Cluster Scheduling Component NPU Exporter
English | 中文
Quick Reference
- NPU Exporter is maintained by MindCluster Code Repository
- Where to get help
NPU Exporter
NPU Exporter is a MindCluster cluster scheduling component deployed on compute nodes. It reports various chip data metrics and supports both Prometheus and Telegraf monitoring integration.
Use Cases
During task execution, in addition to chip faults, it is often necessary to monitor chip network and compute utilization to identify performance bottlenecks and find directions for improving task performance.
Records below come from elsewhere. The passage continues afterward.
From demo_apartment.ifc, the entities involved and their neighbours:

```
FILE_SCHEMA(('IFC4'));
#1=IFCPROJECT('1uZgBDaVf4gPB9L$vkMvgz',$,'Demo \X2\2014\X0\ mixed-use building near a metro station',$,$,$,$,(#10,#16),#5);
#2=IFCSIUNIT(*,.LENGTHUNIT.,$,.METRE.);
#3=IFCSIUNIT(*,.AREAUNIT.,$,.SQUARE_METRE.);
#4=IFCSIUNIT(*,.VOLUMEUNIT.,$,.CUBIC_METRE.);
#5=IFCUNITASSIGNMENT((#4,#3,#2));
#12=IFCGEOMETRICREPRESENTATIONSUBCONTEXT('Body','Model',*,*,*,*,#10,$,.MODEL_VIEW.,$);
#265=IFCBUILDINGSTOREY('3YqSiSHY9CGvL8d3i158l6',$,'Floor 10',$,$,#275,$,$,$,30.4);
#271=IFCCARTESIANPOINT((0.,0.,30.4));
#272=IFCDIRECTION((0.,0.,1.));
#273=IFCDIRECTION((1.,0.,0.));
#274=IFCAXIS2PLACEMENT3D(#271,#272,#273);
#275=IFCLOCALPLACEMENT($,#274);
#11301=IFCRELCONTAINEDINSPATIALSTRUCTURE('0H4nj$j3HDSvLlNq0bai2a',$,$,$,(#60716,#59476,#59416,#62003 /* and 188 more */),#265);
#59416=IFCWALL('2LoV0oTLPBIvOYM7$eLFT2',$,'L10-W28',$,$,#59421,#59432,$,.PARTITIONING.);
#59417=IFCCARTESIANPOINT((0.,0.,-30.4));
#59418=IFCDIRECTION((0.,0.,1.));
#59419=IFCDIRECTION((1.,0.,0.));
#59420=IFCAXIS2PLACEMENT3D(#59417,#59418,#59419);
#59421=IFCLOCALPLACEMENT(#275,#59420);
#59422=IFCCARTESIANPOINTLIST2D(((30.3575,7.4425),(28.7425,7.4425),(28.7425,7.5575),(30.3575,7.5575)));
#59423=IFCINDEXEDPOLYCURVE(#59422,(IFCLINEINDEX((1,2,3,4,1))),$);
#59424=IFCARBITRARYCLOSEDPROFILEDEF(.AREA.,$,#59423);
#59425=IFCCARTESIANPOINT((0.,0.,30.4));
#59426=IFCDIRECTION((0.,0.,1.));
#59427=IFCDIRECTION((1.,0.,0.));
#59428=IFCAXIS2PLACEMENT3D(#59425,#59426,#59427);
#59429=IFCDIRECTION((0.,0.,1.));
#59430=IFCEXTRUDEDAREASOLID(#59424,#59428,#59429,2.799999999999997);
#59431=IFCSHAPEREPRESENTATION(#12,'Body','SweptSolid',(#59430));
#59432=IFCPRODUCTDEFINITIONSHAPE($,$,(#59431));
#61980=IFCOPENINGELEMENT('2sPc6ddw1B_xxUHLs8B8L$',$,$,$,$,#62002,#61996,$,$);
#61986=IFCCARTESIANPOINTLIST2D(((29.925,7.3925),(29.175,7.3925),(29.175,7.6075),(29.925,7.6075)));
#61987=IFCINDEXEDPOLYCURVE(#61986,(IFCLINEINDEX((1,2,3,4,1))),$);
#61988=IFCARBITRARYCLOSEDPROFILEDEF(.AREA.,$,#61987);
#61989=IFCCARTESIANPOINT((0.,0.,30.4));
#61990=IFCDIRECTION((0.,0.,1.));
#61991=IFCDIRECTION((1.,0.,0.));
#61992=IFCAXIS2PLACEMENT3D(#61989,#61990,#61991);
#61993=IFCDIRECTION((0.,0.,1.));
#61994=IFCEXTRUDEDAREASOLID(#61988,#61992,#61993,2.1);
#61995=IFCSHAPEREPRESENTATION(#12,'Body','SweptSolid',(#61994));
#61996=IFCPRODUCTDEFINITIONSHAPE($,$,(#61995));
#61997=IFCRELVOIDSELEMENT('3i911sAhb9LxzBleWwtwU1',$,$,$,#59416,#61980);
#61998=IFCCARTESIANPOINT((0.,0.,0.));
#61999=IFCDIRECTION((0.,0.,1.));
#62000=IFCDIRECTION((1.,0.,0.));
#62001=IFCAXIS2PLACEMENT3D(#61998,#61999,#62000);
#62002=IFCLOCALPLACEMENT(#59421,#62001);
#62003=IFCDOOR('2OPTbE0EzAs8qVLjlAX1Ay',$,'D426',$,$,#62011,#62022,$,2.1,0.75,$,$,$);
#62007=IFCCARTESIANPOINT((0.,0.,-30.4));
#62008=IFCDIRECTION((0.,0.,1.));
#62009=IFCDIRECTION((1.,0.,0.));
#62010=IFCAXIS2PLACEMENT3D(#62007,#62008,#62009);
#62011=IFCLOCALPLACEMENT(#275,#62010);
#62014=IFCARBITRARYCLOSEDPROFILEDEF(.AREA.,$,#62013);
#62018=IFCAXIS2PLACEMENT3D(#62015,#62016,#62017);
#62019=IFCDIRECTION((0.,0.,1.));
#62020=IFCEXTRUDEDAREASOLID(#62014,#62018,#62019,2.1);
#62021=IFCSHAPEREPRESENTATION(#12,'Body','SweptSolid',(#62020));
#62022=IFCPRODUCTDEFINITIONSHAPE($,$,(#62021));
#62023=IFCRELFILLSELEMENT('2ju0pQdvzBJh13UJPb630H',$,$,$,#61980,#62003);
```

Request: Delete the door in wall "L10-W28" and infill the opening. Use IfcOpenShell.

```python
import ifcopenshell
import ifcopenshell.api.feature
import ifcopenshell.api.root
import ifcopenshell.geom
import ifcopenshell.util.shape

model = ifcopenshell.open("demo_apartment.ifc")
settings = ifcopenshell.geom.settings()


def volume(element):
    """Net volume in cubic metres, openings subtracted."""
    shape = ifcopenshell.geom.create_shape(settings, element)
    return ifcopenshell.util.shape.get_volume(shape.geometry)


door = model.by_guid("2OPTbE0EzAs8qVLjlAX1Ay")
opening = door.FillsVoids[0].RelatingOpeningElement
wall = opening.VoidsElements[0].RelatingBuildingElement
before = volume(wall)

ifcopenshell.api.root.remove_product(model, product=door)
ifcopenshell.api.feature.remove_feature(model, feature=opening)

after = volume(wall)

print(f"wall volume {before:.3f} -> {after:.3f} m3")

model.write("demo_apartment_v2.ifc")
```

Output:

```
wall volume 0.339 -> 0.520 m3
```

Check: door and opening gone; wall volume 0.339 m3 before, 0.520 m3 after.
MindCluster provides the NPU Exporter component deployed on compute nodes for reporting various chip data metrics.
Features
- Retrieves chip and network data metrics from the driver.
- Adapts Prometheus hook functions, providing standard interfaces for Prometheus service calls.
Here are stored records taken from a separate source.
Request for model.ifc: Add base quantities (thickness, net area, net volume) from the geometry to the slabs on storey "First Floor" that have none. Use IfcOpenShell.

First a look at what the model holds.

```python
import ifcopenshell
import ifcopenshell.util.element
import ifcopenshell.util.unit

model = ifcopenshell.open("model.ifc")
print(model.schema)
for unit_type in ("LENGTHUNIT", "AREAUNIT", "VOLUMEUNIT"):
    print(unit_type, ifcopenshell.util.unit.calculate_unit_scale(model, unit_type))
storey = next(s for s in model.by_type("IfcBuildingStorey") if s.Name == "First Floor")
slabs = [e for e in ifcopenshell.util.element.get_decomposition(storey) if e.is_a("IfcSlab")]
for e in sorted(slabs, key=lambda e: e.id()):
    print(e.id(), e.is_a(), e.Name, list(ifcopenshell.util.element.get_psets(e, qtos_only=True)), sep=" | ")
```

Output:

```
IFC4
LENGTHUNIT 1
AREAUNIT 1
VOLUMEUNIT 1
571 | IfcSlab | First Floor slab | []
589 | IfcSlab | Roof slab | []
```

```python
import ifcopenshell
import ifcopenshell.api.pset
import ifcopenshell.geom
import ifcopenshell.util.element
import ifcopenshell.util.shape
import ifcopenshell.util.unit

model = ifcopenshell.open("model.ifc")
unit_scale = ifcopenshell.util.unit.calculate_unit_scale(model)
area_scale = ifcopenshell.util.unit.calculate_unit_scale(model, "AREAUNIT")
volume_scale = ifcopenshell.util.unit.calculate_unit_scale(model, "VOLUMEUNIT")
settings = ifcopenshell.geom.settings()

storey = next(s for s in model.by_type("IfcBuildingStorey") if s.Name == "First Floor")
slabs = [e for e in ifcopenshell.util.element.get_decomposition(storey) if e.is_a("IfcSlab")]

for e in sorted(slabs, key=lambda e: e.id()):
    if ifcopenshell.util.element.get_psets(e, qtos_only=True, should_inherit=False):
        continue
    # Geometry comes back in metres, in the element's own axes.
    shape = ifcopenshell.geom.create_shape(settings, e)
    values = {
        "Width": ifcopenshell.util.shape.get_z(shape.geometry) / unit_scale,
        "NetArea": ifcopenshell.util.shape.get_footprint_area(shape.geometry) / area_scale,
        "NetVolume": ifcopenshell.util.shape.get_volume(shape.geometry) / volume_scale,
    }
    qto = ifcopenshell.api.pset.add_qto(model, product=e, name="Qto_SlabBaseQuantities")
    ifcopenshell.api.pset.edit_qto(model, qto=qto, properties=values)
    print(e.id(), {k: round(v, 3) for k, v in values.items()})

model.write("model-out.ifc")
```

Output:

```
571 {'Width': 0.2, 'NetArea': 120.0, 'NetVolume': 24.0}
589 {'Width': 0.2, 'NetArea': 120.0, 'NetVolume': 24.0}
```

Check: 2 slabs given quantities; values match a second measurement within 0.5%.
- Adapts Telegraf hook functions, providing standard interfaces for Telegraf service calls.
- Supports real-time monitoring of Ascend AI processor utilization, temperature, voltage, memory, and other data metrics.
- Supports monitoring of virtual NPU (vNPU) AI Core utilization, vNPU total memory, and vNPU used memory.
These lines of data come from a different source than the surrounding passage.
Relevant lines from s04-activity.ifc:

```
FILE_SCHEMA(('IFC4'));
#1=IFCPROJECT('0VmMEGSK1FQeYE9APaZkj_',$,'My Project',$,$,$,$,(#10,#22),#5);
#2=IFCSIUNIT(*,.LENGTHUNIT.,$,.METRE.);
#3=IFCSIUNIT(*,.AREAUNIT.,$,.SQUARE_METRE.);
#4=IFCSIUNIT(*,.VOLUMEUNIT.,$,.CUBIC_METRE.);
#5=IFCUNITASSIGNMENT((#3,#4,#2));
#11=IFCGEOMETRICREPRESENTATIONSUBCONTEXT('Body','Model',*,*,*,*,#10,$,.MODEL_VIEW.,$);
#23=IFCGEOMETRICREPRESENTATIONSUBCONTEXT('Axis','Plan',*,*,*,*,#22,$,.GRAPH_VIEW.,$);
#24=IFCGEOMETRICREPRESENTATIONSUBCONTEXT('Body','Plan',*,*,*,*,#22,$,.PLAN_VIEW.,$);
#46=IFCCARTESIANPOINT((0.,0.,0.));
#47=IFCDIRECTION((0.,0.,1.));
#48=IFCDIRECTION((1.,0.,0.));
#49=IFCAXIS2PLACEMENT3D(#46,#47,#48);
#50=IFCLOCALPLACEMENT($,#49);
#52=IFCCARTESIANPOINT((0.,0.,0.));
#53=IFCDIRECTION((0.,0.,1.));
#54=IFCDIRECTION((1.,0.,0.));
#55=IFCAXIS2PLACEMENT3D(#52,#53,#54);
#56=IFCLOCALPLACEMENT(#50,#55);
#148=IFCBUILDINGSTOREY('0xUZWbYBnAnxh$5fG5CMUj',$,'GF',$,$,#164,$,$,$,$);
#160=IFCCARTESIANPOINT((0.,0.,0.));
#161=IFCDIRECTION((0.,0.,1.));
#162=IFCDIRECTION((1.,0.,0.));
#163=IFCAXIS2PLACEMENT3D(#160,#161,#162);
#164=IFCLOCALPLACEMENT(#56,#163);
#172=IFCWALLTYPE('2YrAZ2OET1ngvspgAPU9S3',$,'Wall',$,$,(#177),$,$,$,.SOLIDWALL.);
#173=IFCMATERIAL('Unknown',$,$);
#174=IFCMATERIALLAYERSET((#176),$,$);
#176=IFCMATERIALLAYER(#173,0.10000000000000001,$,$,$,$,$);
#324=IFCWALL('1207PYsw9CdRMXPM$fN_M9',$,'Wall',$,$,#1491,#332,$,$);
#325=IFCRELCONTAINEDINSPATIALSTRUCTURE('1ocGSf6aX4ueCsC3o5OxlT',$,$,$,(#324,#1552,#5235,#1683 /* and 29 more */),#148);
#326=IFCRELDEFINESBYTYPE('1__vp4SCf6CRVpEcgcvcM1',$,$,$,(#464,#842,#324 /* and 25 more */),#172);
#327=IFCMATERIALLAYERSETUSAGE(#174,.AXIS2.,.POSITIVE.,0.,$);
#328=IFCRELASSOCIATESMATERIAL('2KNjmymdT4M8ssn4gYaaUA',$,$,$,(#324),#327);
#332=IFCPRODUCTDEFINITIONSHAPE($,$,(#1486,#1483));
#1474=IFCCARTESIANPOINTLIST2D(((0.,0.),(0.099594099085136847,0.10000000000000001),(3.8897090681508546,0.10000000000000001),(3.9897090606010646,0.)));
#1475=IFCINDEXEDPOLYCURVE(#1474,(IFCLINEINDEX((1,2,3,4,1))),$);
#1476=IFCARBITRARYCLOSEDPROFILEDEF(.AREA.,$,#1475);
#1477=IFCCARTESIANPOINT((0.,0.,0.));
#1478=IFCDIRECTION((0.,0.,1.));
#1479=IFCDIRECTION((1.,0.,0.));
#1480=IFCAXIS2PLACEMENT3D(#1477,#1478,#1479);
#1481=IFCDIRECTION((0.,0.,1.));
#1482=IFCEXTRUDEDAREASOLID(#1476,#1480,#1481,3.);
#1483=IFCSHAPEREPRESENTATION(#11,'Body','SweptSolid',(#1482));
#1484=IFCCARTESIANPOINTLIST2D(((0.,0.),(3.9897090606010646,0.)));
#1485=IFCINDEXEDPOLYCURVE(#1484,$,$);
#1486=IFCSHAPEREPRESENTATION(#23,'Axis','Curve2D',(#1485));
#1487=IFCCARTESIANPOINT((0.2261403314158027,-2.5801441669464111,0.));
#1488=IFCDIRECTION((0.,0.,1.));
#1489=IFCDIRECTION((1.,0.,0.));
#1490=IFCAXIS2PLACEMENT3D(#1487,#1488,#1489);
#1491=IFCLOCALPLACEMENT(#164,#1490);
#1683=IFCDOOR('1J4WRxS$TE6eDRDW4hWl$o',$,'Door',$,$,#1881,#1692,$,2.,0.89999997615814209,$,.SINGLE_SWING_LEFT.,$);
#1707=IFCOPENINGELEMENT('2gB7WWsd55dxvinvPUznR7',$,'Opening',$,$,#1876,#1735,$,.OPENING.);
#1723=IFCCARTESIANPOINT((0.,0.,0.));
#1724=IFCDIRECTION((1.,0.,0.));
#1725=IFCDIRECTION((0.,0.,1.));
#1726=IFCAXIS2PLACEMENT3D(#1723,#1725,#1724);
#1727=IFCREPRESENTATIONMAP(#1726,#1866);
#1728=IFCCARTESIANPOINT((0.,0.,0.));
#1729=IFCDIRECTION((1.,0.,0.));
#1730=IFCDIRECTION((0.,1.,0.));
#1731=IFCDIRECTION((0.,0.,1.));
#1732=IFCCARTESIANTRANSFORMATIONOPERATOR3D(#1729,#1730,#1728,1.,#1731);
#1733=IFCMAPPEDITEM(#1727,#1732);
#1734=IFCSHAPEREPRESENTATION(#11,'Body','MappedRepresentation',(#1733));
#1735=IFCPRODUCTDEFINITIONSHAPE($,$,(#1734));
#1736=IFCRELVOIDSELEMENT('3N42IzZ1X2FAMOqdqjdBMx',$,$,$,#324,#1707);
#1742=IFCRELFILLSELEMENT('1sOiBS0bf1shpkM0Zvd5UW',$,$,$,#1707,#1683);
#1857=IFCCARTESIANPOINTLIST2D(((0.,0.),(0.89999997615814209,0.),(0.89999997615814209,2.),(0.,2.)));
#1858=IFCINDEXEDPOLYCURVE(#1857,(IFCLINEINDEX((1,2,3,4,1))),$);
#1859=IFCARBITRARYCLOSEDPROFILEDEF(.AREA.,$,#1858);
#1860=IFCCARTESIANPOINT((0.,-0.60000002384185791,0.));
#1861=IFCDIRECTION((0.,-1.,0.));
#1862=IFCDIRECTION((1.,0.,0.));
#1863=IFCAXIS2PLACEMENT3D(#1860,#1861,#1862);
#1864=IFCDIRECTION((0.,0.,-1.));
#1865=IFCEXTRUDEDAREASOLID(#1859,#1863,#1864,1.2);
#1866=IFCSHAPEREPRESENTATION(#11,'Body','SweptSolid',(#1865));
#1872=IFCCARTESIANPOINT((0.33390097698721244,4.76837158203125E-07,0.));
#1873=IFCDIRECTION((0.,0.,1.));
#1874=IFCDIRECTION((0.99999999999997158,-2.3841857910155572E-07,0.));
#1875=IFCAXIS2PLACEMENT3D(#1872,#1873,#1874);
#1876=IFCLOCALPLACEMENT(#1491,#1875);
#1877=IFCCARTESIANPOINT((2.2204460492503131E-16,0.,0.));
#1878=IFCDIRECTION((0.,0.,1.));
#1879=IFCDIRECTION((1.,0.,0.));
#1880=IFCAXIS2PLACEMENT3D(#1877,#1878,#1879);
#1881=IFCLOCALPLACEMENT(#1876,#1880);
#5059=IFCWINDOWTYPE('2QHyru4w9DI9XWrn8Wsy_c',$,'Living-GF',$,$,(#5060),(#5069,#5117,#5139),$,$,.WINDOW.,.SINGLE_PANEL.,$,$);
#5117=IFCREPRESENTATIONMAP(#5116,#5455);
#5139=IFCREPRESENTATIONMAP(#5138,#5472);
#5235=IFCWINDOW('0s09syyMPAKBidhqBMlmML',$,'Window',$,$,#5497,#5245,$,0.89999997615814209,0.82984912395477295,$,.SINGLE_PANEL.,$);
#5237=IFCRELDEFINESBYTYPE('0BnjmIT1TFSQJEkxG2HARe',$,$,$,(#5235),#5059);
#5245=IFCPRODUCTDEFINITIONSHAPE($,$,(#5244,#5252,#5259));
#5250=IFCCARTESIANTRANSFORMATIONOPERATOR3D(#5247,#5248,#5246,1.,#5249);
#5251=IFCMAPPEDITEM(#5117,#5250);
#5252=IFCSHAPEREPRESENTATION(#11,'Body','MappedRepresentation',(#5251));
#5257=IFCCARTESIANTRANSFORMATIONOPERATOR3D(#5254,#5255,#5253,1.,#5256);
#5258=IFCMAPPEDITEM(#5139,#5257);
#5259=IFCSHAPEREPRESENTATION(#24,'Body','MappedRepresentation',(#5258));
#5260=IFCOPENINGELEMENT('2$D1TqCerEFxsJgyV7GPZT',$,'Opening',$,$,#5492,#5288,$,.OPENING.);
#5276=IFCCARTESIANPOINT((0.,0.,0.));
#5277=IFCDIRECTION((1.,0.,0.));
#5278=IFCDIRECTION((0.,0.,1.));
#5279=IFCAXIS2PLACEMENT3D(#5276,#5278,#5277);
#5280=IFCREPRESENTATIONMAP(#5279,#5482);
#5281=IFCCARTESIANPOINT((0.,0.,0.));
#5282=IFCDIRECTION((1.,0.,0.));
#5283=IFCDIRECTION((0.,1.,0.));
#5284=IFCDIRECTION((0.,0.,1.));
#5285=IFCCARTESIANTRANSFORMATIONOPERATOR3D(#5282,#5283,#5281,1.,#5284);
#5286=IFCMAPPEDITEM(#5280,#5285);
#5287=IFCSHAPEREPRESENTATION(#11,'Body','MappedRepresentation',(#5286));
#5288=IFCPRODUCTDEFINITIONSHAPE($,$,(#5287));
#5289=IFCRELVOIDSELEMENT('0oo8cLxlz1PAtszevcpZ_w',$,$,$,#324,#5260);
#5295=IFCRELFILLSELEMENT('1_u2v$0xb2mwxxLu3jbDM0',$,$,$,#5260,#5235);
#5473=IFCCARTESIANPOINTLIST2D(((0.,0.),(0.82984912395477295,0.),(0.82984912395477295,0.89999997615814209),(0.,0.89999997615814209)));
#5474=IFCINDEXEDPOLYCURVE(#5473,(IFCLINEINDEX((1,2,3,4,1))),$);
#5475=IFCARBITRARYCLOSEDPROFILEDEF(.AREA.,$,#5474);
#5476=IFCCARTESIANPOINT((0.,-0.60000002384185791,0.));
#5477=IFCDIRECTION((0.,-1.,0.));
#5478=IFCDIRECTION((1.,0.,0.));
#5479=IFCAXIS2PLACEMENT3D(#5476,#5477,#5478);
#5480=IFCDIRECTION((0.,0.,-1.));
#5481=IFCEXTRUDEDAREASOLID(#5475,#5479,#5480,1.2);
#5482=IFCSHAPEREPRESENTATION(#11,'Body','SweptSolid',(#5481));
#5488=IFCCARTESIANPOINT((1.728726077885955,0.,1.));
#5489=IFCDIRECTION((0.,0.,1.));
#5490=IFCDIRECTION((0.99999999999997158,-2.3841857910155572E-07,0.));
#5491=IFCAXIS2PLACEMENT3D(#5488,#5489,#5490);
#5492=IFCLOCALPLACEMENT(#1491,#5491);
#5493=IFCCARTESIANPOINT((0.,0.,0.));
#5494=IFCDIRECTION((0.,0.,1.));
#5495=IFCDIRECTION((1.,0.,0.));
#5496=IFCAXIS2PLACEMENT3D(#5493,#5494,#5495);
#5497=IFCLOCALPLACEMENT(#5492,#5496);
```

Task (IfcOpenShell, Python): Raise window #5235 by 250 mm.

```python
import numpy as np
import ifcopenshell
import ifcopenshell.api.geometry
import ifcopenshell.util.placement
import ifcopenshell.util.unit

model = ifcopenshell.open("s04-activity.ifc")
unit_scale = ifcopenshell.util.unit.calculate_unit_scale(model)

window = model.by_guid("0s09syyMPAKBidhqBMlmML")
opening = window.FillsVoids[0].RelatingOpeningElement
dz = 0.25

shift = np.array([0.0, 0.0, dz])
# The window is placed relative to its opening, so it follows when the opening moves.
matrix = ifcopenshell.util.placement.get_local_placement(opening.ObjectPlacement)
matrix[:3, 3] += shift
ifcopenshell.api.geometry.edit_object_placement(
    model, product=opening, matrix=matrix, is_si=False, should_transform_children=True
)

print(f"moved by {dz * unit_scale:+.3f} m")

model.write("s04-activity_rev.ifc")
```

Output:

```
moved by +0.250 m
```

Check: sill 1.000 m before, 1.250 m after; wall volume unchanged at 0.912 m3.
- Supports custom metric development — users can develop custom metric plugins using the provided demo.
Upstream and Downstream Dependencies
- Retrieves chip and network information from the driver and stores it in a local cache.
- Retrieves container information from the K8s standard CRI interface and stores it in a local cache.
- Implements Prometheus or Telegraf interfaces for periodic retrieval of cached data.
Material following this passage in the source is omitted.